With those principals in mind:
The error you are getting with "unauthorized_client" seems to be an issue with application provisioning in the secondary tenant. Please make sure to first login to the application with a user from the secondary tenant, and make sure that user has the correct permissions to consent to your app (a tenant admin is best here).
For the second issue with "Invalid domain name in the request url" please try using some hints here.
Specifically this:
By using the myOrganization alias. This alias is only available when using OAuth Authorization Code Grant type (3-legged) authentication; that is, when using a delegated permission scope. The alias is not case sensitive. It replaces the object ID or tenant domain in the URL. When the alias is used, Graph API derives the tenant from the claims presented in the token attached to the request. The following URL shows how to address the users resource collection of a tenant using this alias:
https://graph.windows.net/myorganization/users?api-version=1.6.
I hope this puts you on the correct path to resolve most of your issues.

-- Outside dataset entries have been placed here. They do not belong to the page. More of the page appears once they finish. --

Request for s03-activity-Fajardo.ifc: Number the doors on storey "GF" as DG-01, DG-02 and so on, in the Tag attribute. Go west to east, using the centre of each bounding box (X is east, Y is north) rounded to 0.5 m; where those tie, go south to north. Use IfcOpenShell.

First a look at what the model holds.

```python
import ifcopenshell
import ifcopenshell.util.element
import ifcopenshell.util.placement

model = ifcopenshell.open("s03-activity-Fajardo.ifc")
print(model.schema)
storey = next(s for s in model.by_type("IfcBuildingStorey") if s.Name == "GF")
doors = [e for e in ifcopenshell.util.element.get_decomposition(storey) if e.is_a("IfcDoor")]
for e in sorted(doors, key=lambda e: e.id()):
    origin = ifcopenshell.util.placement.get_local_placement(e.ObjectPlacement)[:3, 3]
    print(e.id(), e.Tag, e.Name, origin.round(2) + 0.0, sep=" | ")
```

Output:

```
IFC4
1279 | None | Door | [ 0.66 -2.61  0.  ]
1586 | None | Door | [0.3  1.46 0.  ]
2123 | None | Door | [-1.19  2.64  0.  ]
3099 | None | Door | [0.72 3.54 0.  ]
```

```python
import ifcopenshell
import ifcopenshell.geom
import ifcopenshell.util.element
import ifcopenshell.util.shape

model = ifcopenshell.open("s03-activity-Fajardo.ifc")
settings = ifcopenshell.geom.settings()
settings.set("use-world-coords", True)


def centre(element):
    shape = ifcopenshell.geom.create_shape(settings, element)
    return ifcopenshell.util.shape.get_bbox_centroid(shape.geometry)


storey = next(s for s in model.by_type("IfcBuildingStorey") if s.Name == "GF")
doors = [e for e in ifcopenshell.util.element.get_decomposition(storey) if e.is_a("IfcDoor")]

# Insertion points can sit at a corner or the storey origin, so sort by the geometry (in metres).
centres = {e: centre(e) for e in doors}
doors.sort(key=lambda e: (round(centres[e][0] / 0.5), centres[e][1]))

for i, e in enumerate(doors, start=1):
    number = f"DG-{i:02d}"
    e.Tag = number
    print(e.id(), number)

model.write("s03-activity-Fajardo_edited.ifc")
```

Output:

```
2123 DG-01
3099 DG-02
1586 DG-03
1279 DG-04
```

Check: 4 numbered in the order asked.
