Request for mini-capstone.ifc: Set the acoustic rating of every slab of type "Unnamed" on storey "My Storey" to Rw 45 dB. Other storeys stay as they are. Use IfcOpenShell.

First a look at what the model holds.

```python
import ifcopenshell
import ifcopenshell.util.element

model = ifcopenshell.open("mini-capstone.ifc")
print(model.schema)
storey = next(s for s in model.by_type("IfcBuildingStorey") if s.Name == "My Storey")
slabs = [e for e in ifcopenshell.util.element.get_decomposition(storey) if e.is_a("IfcSlab")]
seen = {}
for e in slabs:
    element_type = ifcopenshell.util.element.get_type(e)
    key = (element_type.Name if element_type != e and element_type else None, ifcopenshell.util.element.get_pset(e, "Pset_SlabCommon", "AcousticRating"))
    seen[key] = seen.get(key, 0) + 1
for (name, value), count in sorted(seen.items(), key=str):
    print(count, "x", name, "|", value)
```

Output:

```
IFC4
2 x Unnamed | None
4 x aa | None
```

```python
import ifcopenshell
import ifcopenshell.api.pset
import ifcopenshell.util.element

model = ifcopenshell.open("mini-capstone.ifc")

storey = next(s for s in model.by_type("IfcBuildingStorey") if s.Name == "My Storey")
slabs = [e for e in ifcopenshell.util.element.get_decomposition(storey) if e.is_a("IfcSlab")]

count = 0
for e in slabs:
    element_type = ifcopenshell.util.element.get_type(e)
    if element_type in (None, e) or element_type.Name != "Unnamed":
        continue
    # add_pset returns the element's existing set when there is one.
    pset = ifcopenshell.api.pset.add_pset(model, product=e, name="Pset_SlabCommon")
    ifcopenshell.api.pset.edit_pset(model, pset=pset, properties={"AcousticRating": "Rw 45 dB"})
    count += 1

print(count, "slabs updated")

model.write("mini-capstone-out.ifc")
```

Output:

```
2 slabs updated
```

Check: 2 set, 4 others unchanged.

There are issues with sandbox accounts and Azure. Access to the Azure Management Portal for the sandbox isn't straightforward and at this time does not work properly. I had to create a free Azure account with my hotmail account, then link AD from the new account to my sandbox AD to bypass the bug. When adding a new directory to the new Azure account, select "Use existing directory", sign out, then sign into the sandbox account you want to link it to. Then create your app from the new account.
After getting my app setup properly and new credentials, I had to enable pre-consent with the instructions listed at the end of: https://github.com/Microsoft/Partner-Center-Explorer
Lastly, I had to login to the Graph API with the customers ID, but with the resellers credentials.
The scenarios on the Partner Center SDK website include a section "Manage user accounts and assign licenses" under the "Manage customer accounts" section.
These samples include creating users and assigning licenses and a link to a console test app.
As an aside, a new version of the Partner Center SDK has just become available here. It was released on July 5th. While there is no official change history that I can find, I can see that it includes some new classes such as CustomerUser. You may find it easier to use that library rather than hitting the REST API (depending on how much work you've already done).